A concern with our interpretation is that there are inherently different economic conditions in inelastic versus elastic housing supply cities that may have been responsible for the borrowing patterns we observe. However, several facts suggest that this is not a valid concern. First, inelastic cities do not experience a stronger income growth shock (i.e., a larger shock to their “permanent income”) during the housing boom. Second, the increase in debt among homeowners in high house price growth areas is concentrated in mortgage and home equity related debt.
Third, renters in inelastic areas did not experience a larger growth in their total debt. Finally, the effect of house prices on homeowner borrowing is isolated to homeowners with low credit scores and high credit card utilization rates. These “credit-constrained” households respond aggressively to house price growth, whereas the highest credit quality borrowers do not respond at all.
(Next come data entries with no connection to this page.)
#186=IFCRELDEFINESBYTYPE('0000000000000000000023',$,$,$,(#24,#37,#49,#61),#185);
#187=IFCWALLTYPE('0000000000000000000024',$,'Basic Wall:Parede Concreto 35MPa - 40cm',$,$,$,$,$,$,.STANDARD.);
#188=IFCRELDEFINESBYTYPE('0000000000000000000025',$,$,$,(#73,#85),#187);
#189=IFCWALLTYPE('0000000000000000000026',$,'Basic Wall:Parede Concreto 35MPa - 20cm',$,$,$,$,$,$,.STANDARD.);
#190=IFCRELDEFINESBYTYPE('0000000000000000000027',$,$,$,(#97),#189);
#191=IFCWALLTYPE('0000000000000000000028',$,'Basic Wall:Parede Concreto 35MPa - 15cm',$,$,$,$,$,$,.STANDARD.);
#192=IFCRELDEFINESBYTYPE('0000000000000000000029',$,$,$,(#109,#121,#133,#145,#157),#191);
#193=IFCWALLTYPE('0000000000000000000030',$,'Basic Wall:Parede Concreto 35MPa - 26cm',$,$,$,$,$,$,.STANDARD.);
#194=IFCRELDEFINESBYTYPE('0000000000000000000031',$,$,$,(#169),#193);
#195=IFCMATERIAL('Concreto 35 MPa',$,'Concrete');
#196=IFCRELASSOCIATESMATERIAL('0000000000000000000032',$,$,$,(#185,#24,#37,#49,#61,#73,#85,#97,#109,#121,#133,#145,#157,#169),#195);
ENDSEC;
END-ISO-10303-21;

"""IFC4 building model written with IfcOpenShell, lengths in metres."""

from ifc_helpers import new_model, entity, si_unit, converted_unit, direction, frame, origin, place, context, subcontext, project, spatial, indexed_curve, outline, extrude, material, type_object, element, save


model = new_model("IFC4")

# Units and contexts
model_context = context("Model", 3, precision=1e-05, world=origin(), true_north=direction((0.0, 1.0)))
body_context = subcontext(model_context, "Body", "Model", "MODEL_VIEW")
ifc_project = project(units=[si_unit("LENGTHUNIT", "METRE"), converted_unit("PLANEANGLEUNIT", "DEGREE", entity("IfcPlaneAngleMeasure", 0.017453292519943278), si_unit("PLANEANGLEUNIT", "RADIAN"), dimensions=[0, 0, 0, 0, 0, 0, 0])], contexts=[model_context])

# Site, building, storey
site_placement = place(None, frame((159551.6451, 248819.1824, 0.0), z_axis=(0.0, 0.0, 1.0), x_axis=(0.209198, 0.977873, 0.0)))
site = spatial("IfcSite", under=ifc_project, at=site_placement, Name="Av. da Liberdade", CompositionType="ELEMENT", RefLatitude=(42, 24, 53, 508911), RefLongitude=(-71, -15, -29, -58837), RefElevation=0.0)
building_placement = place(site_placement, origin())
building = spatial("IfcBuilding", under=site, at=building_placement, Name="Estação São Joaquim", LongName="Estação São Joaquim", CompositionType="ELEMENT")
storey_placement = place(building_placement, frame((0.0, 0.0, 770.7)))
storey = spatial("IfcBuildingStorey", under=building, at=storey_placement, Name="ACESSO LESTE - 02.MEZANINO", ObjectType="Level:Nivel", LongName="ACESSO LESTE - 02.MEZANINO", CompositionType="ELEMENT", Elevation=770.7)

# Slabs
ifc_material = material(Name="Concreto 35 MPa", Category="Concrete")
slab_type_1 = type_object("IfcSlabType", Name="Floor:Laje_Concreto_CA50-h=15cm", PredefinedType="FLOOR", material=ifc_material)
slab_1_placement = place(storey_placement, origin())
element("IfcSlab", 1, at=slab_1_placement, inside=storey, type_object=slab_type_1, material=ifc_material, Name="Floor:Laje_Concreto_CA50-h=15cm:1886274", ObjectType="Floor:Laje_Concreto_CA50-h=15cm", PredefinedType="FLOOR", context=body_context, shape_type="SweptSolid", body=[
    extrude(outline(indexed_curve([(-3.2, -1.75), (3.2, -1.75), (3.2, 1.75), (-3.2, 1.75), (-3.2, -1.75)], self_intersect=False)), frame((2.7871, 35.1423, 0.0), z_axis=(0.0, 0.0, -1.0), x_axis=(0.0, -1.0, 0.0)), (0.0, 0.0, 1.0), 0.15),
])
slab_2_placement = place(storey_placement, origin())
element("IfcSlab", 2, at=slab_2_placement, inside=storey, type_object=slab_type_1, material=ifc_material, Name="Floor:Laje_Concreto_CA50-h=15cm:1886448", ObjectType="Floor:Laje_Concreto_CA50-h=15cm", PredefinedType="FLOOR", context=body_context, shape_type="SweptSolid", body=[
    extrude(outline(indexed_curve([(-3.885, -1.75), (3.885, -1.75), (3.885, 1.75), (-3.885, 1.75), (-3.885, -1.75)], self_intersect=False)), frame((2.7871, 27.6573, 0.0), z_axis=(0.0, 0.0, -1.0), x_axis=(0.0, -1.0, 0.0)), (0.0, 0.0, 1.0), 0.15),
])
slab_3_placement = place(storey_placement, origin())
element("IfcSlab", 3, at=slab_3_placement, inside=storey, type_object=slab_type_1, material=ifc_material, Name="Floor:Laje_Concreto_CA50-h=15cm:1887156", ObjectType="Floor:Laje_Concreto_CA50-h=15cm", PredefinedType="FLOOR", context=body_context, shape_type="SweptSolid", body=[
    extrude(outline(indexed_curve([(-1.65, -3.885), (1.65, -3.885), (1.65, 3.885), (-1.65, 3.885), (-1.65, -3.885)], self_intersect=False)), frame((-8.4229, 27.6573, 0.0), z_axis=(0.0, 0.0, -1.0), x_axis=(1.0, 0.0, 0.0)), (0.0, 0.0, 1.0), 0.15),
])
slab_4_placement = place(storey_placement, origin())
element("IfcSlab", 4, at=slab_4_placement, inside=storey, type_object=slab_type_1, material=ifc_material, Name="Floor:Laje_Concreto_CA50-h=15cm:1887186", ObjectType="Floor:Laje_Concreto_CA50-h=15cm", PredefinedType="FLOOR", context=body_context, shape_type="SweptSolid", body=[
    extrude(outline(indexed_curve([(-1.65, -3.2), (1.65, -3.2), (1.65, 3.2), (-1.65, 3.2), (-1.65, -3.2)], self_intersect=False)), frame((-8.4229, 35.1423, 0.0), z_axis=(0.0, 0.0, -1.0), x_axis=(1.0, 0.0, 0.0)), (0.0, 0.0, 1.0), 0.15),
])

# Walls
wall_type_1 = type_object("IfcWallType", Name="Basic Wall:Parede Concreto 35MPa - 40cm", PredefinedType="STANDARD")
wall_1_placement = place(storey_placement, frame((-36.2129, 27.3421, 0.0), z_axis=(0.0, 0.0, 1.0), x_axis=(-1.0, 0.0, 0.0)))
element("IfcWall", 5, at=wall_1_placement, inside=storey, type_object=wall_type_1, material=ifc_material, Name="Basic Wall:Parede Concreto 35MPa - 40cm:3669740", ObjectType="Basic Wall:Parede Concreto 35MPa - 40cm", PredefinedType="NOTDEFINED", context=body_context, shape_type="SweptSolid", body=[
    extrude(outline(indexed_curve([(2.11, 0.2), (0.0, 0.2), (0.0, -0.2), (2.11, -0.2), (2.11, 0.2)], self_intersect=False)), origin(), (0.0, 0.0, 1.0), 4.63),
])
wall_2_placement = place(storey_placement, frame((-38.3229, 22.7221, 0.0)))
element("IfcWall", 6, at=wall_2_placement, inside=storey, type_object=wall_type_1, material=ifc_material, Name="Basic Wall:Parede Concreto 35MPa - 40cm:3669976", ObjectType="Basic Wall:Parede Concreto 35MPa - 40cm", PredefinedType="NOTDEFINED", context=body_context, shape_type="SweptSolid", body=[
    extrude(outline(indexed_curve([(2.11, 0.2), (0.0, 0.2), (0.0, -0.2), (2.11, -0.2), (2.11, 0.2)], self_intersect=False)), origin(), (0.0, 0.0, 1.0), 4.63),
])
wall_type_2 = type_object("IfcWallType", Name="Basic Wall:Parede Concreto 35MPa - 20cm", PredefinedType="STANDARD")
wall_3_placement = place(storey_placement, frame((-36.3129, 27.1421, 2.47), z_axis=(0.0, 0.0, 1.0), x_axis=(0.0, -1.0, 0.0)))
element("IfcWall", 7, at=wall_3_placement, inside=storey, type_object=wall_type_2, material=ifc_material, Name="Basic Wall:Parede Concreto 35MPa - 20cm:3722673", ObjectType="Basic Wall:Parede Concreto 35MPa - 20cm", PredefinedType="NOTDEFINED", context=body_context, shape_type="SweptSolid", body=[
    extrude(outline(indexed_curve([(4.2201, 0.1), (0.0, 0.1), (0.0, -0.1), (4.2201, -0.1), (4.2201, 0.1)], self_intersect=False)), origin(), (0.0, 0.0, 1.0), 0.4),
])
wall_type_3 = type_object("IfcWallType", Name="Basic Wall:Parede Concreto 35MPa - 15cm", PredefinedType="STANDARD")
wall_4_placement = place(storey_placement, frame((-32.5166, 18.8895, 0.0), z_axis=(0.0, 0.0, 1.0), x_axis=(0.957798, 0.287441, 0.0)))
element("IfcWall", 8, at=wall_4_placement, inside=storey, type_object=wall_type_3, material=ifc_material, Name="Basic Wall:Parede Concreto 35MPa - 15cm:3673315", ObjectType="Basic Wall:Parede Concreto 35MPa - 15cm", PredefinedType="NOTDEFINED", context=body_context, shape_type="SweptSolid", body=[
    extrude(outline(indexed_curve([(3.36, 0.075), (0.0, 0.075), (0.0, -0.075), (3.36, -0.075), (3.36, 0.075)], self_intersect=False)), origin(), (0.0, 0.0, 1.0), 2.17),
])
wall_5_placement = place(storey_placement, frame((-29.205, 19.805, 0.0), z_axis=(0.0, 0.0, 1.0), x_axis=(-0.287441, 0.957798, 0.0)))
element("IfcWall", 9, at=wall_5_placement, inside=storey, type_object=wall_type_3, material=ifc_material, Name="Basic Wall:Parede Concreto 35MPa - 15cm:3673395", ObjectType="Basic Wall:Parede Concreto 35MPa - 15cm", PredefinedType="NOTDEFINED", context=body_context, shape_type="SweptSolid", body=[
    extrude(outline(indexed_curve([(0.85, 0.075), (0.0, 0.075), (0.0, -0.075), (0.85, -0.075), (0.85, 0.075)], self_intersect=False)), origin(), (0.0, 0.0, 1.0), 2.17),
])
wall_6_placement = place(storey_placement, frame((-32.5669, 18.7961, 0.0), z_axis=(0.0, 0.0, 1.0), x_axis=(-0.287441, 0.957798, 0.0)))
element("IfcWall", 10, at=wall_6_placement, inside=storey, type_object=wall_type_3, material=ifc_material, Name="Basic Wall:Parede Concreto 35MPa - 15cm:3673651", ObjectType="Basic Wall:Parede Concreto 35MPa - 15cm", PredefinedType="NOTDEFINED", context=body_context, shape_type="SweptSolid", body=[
Our results demonstrate that homeowners in high house price areas borrowed heavily against the rise in home equity from 2002 to 2006. We also provide evidence that real outlays were a likely use of borrowed funds. Money withdrawn from home equity was not used to buy new homes, buy investment properties, or invest in financial assets. In fact, homeowners did not even use home equity withdrawals to pay down expensive credit card debt! These facts suggest that consumption and home improvement were the most likely use of borrowed funds, which is consistent with Federal Reserve survey evidence suggesting home equity extraction is used for real outlays.
And the survey says that people used their homes as ATMs to finance a lifestyle that they could not otherwise afford. Did we really know how to spend our money best? It seems not...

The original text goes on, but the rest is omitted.